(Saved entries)
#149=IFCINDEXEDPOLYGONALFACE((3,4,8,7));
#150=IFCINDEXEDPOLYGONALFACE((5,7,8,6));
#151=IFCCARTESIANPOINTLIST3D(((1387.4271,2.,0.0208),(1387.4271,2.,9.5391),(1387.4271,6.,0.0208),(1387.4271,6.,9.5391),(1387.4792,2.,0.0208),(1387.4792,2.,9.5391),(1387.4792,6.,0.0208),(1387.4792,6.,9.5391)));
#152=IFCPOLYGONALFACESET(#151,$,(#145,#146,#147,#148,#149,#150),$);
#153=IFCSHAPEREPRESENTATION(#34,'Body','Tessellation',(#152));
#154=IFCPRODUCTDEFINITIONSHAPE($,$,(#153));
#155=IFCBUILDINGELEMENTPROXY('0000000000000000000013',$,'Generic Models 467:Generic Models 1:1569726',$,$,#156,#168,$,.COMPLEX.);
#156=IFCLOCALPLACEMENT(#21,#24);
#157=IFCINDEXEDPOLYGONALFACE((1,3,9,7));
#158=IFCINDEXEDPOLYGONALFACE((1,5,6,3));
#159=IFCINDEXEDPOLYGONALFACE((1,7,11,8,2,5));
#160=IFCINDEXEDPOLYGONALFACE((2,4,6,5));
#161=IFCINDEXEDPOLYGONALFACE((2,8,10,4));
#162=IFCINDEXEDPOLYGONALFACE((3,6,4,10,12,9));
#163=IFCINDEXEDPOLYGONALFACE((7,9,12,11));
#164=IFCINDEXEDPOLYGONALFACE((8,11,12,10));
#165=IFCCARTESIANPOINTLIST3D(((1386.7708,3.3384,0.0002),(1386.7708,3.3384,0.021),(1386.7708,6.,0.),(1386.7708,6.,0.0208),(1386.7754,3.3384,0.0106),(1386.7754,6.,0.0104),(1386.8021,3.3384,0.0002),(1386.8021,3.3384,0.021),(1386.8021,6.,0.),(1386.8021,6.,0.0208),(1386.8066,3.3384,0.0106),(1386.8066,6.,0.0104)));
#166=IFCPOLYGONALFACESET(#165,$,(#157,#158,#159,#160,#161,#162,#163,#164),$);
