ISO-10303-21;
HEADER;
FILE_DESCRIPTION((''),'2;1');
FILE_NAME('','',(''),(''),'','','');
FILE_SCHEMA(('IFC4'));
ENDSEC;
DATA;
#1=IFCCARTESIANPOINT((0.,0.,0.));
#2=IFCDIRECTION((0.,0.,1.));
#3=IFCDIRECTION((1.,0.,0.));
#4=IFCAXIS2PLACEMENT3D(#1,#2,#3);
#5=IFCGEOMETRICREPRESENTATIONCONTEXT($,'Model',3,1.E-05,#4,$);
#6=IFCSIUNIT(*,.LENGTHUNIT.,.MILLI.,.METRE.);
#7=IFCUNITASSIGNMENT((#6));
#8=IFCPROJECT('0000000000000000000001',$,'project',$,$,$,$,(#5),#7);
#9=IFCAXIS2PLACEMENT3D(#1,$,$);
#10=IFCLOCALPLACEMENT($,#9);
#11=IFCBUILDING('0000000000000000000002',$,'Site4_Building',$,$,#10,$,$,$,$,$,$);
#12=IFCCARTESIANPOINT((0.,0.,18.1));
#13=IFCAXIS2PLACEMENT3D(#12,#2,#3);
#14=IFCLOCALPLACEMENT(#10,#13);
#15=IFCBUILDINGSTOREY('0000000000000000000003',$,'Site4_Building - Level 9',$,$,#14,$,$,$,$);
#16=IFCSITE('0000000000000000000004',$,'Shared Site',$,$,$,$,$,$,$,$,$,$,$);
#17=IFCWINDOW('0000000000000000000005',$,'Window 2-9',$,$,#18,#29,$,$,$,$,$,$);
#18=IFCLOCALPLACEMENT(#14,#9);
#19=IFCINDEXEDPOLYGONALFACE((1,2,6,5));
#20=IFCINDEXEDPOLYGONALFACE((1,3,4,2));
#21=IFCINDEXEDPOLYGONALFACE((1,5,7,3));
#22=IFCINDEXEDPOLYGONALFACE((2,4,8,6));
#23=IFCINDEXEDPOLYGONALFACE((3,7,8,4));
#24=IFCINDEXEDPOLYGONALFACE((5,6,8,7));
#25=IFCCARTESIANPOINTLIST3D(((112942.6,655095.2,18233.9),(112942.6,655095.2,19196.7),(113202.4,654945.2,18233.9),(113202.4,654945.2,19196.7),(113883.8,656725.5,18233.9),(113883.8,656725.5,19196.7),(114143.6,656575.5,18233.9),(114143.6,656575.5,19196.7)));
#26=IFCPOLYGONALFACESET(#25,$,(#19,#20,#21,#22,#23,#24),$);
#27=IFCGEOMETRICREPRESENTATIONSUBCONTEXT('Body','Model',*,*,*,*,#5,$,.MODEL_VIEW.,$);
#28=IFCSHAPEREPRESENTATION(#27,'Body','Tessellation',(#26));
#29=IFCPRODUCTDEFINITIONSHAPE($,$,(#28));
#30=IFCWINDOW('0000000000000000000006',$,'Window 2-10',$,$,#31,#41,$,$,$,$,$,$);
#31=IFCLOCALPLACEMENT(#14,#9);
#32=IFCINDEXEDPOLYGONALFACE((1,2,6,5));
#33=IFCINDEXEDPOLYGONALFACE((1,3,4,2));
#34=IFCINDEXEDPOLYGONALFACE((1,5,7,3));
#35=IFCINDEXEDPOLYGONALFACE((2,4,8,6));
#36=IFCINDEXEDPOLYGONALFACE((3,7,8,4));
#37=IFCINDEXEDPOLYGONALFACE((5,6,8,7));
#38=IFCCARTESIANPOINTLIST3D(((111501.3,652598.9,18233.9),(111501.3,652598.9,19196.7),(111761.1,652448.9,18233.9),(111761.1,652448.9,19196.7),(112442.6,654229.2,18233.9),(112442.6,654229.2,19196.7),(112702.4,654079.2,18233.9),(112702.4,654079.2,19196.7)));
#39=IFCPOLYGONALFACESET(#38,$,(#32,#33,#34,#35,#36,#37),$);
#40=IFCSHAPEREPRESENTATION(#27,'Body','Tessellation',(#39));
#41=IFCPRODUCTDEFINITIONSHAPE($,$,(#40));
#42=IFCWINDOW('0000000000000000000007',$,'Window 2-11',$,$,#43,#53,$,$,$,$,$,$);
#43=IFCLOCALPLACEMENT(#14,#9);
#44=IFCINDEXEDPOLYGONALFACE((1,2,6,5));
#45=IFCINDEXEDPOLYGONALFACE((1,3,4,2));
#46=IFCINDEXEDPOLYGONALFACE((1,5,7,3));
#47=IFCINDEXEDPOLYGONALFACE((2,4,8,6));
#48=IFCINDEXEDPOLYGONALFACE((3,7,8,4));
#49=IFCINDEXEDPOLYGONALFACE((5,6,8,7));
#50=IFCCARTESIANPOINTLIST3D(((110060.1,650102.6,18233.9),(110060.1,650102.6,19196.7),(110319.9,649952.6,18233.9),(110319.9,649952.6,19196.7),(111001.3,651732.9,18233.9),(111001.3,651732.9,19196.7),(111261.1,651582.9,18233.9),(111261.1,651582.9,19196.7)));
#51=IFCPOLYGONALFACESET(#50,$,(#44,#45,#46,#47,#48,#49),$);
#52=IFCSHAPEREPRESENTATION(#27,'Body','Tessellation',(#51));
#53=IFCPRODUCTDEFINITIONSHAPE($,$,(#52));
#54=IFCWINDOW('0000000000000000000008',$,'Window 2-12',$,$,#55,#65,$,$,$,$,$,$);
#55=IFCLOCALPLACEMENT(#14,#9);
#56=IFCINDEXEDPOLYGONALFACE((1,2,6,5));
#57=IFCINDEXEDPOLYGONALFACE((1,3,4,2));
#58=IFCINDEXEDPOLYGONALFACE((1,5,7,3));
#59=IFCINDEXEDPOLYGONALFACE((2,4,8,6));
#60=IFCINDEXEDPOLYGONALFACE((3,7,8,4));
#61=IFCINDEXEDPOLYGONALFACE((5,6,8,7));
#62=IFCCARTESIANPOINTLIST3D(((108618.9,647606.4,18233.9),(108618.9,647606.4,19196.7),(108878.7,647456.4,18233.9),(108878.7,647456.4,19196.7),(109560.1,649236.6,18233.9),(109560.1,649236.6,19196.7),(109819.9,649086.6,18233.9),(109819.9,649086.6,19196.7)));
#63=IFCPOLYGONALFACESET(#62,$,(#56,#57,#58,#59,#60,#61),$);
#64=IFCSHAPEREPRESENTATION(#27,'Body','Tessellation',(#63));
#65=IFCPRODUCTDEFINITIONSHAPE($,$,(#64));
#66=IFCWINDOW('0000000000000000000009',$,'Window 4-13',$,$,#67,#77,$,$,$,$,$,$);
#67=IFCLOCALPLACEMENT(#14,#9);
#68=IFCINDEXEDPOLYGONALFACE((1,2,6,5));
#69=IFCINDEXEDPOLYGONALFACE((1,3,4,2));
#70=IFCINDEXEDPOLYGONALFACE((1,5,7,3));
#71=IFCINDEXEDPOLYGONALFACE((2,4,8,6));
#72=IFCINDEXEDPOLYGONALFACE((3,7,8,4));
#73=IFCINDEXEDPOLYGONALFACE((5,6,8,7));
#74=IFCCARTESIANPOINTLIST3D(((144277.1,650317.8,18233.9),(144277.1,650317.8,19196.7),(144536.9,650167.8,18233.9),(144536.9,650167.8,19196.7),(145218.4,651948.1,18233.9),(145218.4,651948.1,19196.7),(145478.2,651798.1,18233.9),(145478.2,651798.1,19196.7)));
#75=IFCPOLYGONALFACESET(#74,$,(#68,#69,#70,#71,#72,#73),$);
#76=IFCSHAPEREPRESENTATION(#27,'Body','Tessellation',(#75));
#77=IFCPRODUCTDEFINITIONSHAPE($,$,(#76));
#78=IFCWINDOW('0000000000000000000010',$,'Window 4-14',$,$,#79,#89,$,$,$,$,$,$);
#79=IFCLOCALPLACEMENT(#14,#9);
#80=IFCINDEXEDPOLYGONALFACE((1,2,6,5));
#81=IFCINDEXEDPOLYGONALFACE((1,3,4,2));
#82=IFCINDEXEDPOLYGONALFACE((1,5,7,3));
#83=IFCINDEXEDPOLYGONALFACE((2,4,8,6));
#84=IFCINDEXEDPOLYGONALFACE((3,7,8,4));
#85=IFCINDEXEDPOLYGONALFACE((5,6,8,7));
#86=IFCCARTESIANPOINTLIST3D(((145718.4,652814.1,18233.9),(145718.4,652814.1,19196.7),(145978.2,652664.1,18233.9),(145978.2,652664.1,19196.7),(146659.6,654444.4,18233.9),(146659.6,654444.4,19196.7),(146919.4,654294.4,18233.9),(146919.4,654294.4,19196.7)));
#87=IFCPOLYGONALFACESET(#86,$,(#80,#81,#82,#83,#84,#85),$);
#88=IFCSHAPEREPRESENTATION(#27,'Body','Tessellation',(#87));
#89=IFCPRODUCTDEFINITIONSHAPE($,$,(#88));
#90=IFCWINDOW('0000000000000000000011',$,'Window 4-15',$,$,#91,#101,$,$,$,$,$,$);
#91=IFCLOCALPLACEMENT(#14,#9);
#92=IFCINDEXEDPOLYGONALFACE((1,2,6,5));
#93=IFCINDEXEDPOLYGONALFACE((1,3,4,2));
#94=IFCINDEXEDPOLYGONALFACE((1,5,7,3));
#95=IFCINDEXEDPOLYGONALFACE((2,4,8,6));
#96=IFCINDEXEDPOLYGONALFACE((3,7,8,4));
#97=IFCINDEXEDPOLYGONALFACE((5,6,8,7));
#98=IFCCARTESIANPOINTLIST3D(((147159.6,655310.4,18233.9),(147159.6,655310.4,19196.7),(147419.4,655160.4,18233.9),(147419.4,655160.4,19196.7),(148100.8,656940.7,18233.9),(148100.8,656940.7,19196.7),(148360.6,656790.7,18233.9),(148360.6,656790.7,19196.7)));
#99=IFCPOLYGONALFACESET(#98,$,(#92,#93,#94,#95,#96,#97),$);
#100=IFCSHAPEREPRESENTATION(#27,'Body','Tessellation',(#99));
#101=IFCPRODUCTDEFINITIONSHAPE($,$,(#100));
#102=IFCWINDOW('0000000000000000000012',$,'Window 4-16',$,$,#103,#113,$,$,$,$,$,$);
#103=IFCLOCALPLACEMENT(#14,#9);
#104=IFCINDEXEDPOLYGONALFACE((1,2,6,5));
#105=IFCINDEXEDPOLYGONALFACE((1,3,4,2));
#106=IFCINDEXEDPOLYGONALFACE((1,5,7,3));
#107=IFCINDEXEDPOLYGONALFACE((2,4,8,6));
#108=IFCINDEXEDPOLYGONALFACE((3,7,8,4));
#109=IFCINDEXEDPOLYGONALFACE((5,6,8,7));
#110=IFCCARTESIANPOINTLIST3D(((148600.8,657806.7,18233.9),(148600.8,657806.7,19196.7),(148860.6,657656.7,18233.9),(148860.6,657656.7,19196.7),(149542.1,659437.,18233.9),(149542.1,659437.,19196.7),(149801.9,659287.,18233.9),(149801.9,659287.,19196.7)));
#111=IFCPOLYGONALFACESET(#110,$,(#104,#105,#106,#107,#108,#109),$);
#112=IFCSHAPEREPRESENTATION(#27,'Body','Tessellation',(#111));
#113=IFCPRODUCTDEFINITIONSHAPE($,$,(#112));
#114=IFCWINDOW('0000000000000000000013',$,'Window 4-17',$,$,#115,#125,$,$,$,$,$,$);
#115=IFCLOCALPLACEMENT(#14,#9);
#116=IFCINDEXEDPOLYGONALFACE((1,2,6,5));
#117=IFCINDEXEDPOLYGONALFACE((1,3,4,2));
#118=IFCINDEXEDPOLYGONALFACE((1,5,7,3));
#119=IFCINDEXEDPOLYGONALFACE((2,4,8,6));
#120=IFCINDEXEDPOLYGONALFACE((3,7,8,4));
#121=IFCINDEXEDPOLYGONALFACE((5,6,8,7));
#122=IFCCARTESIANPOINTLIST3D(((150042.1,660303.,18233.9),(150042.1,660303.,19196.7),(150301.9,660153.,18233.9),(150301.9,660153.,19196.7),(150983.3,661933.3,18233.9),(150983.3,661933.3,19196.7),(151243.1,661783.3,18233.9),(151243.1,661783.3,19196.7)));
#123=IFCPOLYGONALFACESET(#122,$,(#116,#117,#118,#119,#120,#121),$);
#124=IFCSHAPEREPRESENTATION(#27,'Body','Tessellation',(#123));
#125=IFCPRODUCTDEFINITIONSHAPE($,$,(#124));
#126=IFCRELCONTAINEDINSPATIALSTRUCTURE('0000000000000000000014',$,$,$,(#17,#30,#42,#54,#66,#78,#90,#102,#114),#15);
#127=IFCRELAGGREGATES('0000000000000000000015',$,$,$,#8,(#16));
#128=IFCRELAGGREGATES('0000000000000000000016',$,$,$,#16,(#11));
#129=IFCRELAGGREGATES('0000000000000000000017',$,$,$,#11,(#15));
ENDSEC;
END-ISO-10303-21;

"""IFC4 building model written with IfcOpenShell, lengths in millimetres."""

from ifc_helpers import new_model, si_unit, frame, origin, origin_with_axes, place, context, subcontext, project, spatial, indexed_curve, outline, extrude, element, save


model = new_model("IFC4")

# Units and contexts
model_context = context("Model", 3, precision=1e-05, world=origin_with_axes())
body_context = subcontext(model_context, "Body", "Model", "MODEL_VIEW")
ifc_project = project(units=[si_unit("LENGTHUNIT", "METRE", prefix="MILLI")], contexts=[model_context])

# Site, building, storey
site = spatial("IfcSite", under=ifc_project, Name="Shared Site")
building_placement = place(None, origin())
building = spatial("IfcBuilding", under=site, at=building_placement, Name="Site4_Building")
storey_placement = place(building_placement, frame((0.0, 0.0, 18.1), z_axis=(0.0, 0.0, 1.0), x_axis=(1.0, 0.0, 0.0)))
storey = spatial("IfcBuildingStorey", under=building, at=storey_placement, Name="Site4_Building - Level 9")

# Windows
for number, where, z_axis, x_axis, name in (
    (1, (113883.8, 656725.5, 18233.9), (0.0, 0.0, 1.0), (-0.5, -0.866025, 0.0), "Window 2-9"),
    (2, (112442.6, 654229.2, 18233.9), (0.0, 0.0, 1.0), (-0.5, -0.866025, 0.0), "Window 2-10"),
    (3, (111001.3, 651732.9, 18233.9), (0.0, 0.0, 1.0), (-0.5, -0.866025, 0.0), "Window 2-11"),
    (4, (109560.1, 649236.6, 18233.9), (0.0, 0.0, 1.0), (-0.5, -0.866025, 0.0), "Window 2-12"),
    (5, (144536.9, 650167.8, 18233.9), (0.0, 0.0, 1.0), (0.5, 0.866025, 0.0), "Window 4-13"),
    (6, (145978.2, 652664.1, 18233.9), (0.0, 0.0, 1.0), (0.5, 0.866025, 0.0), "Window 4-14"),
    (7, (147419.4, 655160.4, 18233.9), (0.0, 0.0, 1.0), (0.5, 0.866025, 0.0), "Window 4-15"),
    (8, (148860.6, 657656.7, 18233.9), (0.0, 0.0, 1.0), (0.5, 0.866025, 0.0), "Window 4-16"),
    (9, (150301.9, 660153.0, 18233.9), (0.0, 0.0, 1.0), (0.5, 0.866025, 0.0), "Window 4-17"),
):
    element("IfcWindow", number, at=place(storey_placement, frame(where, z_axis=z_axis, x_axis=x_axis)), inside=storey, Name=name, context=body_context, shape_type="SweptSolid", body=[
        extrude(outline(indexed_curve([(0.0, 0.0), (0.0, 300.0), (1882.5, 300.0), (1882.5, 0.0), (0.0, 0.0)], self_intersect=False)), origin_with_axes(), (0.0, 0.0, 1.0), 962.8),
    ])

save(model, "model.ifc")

==

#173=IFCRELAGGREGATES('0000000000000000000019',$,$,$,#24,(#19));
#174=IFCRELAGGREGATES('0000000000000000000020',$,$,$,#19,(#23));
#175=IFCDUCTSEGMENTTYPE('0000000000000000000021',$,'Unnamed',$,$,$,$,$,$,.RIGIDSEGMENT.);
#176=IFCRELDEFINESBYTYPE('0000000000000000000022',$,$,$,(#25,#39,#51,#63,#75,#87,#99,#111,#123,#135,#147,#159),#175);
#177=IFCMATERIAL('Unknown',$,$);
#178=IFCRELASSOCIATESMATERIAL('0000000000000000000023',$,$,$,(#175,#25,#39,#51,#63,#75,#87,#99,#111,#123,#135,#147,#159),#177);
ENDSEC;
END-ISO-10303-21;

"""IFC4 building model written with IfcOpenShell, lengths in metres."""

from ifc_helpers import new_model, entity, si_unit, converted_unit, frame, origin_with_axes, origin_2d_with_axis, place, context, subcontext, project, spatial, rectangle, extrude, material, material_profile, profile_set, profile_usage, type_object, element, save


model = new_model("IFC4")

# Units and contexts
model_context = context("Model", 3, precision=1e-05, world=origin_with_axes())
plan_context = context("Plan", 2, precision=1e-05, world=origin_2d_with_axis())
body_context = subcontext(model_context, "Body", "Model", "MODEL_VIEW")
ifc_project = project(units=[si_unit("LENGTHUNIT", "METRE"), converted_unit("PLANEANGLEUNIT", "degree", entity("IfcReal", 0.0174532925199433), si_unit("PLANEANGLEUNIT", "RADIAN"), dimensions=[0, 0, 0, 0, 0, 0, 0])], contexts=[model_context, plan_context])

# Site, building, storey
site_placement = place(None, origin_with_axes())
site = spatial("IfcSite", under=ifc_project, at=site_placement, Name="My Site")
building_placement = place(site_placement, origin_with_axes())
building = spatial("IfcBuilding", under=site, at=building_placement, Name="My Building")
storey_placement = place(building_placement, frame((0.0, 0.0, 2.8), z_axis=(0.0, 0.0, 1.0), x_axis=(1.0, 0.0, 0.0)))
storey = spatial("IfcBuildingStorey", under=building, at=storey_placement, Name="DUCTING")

■ Exercise description: Copy the entries above exactly, but only from the line holding "#79=IFCLOCALPLACEMENT(#14,#9);" through the line holding "#89=IFCPRODUCTDEFINITIONSHAPE($,$,(#88));", both included.

■ Result:
#79=IFCLOCALPLACEMENT(#14,#9);
#80=IFCINDEXEDPOLYGONALFACE((1,2,6,5));
#81=IFCINDEXEDPOLYGONALFACE((1,3,4,2));
#82=IFCINDEXEDPOLYGONALFACE((1,5,7,3));
#83=IFCINDEXEDPOLYGONALFACE((2,4,8,6));
#84=IFCINDEXEDPOLYGONALFACE((3,7,8,4));
#85=IFCINDEXEDPOLYGONALFACE((5,6,8,7));
#86=IFCCARTESIANPOINTLIST3D(((145718.4,652814.1,18233.9),(145718.4,652814.1,19196.7),(145978.2,652664.1,18233.9),(145978.2,652664.1,19196.7),(146659.6,654444.4,18233.9),(146659.6,654444.4,19196.7),(146919.4,654294.4,18233.9),(146919.4,654294.4,19196.7)));
#87=IFCPOLYGONALFACESET(#86,$,(#80,#81,#82,#83,#84,#85),$);
#88=IFCSHAPEREPRESENTATION(#27,'Body','Tessellation',(#87));
#89=IFCPRODUCTDEFINITIONSHAPE($,$,(#88));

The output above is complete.